GIVEN RECORDS Block Start

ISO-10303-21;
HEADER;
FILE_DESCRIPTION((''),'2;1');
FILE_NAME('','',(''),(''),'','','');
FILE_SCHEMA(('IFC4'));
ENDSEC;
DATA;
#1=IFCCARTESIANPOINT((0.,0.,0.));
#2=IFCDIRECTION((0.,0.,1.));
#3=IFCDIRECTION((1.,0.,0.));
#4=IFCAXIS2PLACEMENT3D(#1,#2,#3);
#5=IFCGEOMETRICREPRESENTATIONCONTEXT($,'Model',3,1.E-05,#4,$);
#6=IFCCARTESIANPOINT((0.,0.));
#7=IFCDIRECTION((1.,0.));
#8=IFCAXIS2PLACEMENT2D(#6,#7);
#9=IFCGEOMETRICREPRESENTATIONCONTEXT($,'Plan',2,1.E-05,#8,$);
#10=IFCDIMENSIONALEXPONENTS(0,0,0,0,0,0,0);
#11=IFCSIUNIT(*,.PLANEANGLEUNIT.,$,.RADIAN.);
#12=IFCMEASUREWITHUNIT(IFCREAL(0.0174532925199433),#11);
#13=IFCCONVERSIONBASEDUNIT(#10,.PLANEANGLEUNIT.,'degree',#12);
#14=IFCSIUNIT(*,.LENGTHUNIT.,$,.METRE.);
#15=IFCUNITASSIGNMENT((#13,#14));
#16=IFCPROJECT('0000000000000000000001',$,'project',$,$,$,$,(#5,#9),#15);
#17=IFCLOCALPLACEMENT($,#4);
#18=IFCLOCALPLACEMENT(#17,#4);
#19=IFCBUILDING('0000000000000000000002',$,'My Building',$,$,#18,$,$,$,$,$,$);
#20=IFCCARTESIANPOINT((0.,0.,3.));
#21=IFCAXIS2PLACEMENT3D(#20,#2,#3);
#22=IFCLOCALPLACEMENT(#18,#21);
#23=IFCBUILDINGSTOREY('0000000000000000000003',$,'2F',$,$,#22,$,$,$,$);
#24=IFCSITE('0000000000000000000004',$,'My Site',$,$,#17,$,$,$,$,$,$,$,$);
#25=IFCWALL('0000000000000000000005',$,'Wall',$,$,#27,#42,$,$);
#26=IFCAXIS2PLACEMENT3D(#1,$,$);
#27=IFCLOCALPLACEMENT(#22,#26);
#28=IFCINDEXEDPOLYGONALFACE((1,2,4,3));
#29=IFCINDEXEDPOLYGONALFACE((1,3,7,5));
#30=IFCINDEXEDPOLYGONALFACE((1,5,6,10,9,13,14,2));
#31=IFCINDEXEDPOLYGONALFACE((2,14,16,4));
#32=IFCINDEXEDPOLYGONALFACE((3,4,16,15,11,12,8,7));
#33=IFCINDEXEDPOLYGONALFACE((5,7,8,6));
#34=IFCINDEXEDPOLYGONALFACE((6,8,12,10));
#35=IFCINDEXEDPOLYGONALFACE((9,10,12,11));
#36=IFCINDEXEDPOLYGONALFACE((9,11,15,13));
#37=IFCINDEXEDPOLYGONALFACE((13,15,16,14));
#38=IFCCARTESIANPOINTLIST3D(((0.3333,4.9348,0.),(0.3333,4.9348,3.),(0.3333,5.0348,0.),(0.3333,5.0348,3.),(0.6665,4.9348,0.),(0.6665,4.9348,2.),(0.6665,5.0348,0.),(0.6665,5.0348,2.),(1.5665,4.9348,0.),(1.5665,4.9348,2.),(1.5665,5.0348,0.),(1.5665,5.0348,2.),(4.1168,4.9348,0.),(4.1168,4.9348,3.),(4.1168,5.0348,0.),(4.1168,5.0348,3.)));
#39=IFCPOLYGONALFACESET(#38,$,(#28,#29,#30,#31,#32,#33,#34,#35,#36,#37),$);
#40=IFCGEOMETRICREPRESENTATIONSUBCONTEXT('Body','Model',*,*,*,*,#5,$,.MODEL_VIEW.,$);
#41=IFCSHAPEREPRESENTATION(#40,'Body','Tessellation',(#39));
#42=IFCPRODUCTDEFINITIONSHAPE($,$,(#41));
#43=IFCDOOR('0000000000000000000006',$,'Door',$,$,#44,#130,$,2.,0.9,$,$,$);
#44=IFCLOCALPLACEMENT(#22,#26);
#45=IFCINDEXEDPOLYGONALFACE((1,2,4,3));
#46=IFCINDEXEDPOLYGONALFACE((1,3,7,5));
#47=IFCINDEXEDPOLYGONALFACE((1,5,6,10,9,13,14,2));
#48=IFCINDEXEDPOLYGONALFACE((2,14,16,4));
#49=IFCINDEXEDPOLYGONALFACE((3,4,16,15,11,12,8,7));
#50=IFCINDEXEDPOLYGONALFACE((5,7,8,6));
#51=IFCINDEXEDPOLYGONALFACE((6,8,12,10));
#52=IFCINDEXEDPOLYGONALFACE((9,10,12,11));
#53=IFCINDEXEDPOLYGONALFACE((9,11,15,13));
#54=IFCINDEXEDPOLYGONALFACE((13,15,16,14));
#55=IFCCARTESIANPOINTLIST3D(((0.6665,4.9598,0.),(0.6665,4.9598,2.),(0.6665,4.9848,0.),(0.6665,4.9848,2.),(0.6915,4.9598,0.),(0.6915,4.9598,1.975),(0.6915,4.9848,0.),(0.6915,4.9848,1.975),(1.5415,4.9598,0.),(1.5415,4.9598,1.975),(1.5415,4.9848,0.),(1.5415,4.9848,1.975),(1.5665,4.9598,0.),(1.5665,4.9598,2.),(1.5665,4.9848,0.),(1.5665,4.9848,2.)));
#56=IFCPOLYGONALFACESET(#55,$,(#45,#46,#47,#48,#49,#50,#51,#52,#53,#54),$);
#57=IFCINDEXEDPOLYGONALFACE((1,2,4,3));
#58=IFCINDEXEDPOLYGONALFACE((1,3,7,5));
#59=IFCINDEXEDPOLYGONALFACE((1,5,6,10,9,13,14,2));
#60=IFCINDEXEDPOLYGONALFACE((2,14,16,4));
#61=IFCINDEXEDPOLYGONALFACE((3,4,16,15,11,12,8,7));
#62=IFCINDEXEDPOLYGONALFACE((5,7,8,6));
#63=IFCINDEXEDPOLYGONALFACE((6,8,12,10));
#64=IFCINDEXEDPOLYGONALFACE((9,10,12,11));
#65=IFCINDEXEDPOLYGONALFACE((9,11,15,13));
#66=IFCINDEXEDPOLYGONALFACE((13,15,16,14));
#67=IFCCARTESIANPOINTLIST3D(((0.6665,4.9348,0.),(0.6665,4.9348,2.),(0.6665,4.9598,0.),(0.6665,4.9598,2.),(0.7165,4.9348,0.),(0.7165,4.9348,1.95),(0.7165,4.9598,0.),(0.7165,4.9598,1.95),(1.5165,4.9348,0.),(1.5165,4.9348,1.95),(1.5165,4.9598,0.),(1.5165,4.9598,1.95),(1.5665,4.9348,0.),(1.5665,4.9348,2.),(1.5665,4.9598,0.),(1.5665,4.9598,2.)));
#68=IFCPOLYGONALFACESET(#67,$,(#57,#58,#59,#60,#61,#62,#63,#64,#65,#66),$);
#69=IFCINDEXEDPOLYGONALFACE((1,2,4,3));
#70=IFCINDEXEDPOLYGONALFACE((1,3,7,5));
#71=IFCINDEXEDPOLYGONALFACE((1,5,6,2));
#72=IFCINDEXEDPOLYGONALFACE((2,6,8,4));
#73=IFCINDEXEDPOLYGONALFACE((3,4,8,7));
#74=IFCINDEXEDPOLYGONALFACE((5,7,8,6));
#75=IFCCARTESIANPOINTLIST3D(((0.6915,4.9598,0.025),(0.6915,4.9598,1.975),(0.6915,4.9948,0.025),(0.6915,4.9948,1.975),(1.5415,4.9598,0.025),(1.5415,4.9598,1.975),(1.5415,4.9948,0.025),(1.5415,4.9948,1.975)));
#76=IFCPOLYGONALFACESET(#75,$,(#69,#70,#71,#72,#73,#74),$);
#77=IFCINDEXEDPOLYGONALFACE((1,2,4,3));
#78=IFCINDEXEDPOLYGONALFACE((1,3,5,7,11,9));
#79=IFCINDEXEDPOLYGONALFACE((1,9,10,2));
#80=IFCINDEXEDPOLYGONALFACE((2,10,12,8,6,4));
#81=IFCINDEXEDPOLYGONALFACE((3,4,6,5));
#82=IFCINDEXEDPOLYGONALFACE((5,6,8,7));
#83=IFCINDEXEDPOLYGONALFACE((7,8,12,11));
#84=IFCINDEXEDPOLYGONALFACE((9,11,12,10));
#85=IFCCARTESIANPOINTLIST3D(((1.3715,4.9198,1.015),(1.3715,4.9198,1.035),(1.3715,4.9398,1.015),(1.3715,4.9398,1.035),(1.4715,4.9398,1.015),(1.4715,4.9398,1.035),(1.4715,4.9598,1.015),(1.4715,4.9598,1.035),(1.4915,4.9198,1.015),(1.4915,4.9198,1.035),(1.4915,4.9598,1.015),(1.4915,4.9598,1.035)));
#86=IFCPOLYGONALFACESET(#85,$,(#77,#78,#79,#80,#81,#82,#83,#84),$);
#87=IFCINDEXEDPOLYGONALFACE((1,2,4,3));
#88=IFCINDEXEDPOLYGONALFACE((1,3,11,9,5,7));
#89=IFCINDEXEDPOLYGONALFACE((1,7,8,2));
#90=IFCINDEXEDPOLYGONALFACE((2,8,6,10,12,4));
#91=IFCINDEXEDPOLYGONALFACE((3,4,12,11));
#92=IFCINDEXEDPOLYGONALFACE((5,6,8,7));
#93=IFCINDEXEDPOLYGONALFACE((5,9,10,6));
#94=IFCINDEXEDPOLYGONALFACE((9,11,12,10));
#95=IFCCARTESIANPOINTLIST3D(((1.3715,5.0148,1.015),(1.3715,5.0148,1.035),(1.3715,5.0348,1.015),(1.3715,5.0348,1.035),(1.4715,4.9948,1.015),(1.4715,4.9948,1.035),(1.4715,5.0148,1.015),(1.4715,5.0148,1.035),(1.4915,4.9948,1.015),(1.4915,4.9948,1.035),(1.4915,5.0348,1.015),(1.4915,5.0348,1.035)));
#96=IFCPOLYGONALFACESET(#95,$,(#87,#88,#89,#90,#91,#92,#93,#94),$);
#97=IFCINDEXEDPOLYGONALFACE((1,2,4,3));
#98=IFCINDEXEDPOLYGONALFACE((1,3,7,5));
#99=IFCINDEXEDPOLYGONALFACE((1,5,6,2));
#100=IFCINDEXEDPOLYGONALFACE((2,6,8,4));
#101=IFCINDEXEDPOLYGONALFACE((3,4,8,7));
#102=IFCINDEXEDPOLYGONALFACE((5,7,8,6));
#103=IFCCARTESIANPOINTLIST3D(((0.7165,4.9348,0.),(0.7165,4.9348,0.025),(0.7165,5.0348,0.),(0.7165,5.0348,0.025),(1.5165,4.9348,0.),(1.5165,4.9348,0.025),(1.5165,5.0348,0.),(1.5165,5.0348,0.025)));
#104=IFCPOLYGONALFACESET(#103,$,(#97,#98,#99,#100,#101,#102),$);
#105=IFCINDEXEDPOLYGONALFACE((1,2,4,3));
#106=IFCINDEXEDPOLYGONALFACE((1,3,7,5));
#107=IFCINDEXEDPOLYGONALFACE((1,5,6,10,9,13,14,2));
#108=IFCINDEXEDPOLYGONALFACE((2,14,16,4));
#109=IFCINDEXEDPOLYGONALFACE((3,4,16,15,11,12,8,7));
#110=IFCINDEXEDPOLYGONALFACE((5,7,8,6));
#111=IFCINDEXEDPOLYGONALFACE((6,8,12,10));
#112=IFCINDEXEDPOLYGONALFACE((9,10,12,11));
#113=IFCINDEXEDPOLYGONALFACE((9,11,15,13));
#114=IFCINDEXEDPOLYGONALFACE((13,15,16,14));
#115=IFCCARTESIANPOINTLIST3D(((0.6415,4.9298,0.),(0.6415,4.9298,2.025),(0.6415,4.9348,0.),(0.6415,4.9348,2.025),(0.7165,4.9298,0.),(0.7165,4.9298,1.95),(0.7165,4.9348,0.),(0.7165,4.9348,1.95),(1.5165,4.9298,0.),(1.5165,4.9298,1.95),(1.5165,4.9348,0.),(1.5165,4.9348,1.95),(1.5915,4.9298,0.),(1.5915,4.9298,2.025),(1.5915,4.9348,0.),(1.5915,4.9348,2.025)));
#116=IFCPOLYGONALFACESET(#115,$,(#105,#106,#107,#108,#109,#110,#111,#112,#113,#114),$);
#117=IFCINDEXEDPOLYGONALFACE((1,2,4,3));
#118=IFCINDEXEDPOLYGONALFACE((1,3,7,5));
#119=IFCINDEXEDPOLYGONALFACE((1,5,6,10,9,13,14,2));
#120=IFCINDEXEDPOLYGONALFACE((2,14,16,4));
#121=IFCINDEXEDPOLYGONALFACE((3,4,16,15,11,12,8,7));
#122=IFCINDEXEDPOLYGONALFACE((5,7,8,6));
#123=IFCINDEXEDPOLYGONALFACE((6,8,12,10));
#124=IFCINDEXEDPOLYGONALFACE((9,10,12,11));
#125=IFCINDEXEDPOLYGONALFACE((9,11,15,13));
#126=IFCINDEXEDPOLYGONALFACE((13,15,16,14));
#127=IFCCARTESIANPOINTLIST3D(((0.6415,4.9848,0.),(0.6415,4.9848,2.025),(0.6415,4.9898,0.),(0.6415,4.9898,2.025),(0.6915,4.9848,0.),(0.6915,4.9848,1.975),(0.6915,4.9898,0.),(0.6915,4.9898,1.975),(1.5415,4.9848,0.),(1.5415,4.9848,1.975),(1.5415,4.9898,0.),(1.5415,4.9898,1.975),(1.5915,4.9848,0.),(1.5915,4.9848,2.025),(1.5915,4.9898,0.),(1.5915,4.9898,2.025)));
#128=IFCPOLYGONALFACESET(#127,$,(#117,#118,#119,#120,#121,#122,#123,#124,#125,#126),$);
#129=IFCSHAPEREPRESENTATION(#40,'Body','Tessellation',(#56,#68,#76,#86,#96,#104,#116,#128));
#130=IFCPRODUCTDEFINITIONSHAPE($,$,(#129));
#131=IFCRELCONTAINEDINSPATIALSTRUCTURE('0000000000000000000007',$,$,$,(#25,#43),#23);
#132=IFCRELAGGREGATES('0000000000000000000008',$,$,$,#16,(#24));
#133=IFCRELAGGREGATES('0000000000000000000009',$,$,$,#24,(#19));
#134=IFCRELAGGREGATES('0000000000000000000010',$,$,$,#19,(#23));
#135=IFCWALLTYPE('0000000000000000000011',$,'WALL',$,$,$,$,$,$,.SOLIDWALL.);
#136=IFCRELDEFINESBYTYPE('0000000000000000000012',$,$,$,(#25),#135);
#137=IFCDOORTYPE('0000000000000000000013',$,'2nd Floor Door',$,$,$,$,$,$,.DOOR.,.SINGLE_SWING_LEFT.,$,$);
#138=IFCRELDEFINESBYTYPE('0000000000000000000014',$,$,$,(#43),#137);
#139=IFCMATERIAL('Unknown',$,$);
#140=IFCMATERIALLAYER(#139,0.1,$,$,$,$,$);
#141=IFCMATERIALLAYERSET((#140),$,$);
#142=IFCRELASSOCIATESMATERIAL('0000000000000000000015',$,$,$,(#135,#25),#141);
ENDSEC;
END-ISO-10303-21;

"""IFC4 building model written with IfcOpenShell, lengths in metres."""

from ifc_helpers import new_model, entity, si_unit, converted_unit, frame, origin_with_axes, origin_2d_with_axis, place, context, subcontext, project, spatial, line, indexed_curve, outline, extrude, shape, source, transform, mapped, material, layer, layer_set, layer_usage, type_object, type_shapes, element, fill, save


model = new_model("IFC4")

# Units and contexts
model_context = context("Model", 3, precision=1e-05, world=origin_with_axes())
plan_context = context("Plan", 2, precision=1e-05, world=origin_2d_with_axis())
body_context_1 = subcontext(model_context, "Body", "Model", "MODEL_VIEW")
body_context_2 = subcontext(plan_context, "Body", "Plan", "PLAN_VIEW")
ifc_project = project(units=[converted_unit("PLANEANGLEUNIT", "degree", entity("IfcReal", 0.0174532925199433), si_unit("PLANEANGLEUNIT", "RADIAN"), dimensions=[0, 0, 0, 0, 0, 0, 0]), si_unit("LENGTHUNIT", "METRE")], contexts=[model_context, plan_context])

# Site, building, storey
site_placement = place(None, origin_with_axes())
site = spatial("IfcSite", under=ifc_project, at=site_placement, Name="My Site")
building_placement = place(site_placement, origin_with_axes())
building = spatial("IfcBuilding", under=site, at=building_placement, Name="My Building")
storey_placement = place(building_placement, frame((0.0, 0.0, 3.0), z_axis=(0.0, 0.0, 1.0), x_axis=(1.0, 0.0, 0.0)))
storey = spatial("IfcBuildingStorey", under=building, at=storey_placement, Name="2F")

# Shared definitions
ifc_material = material(Name="Unknown")

# Shared definitions
ifc_layer_1 = layer(ifc_material, 0.1)
ifc_layer_set_1 = layer_set([ifc_layer_1])
wall_type = type_object("IfcWallType", Name="WALL", PredefinedType="SOLIDWALL", material=ifc_layer_set_1)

GIVEN RECORDS Block End

In the data above, find the line that contains "#125=IFCINDEXEDPOLYGONALFACE((9,11,15,13));" and the line that contains "#126=IFCINDEXEDPOLYGONALFACE((13,15,16,14));". Repeat exactly those lines and every line between them, and only those.

#### TASK ANSWER
#125=IFCINDEXEDPOLYGONALFACE((9,11,15,13));
#126=IFCINDEXEDPOLYGONALFACE((13,15,16,14));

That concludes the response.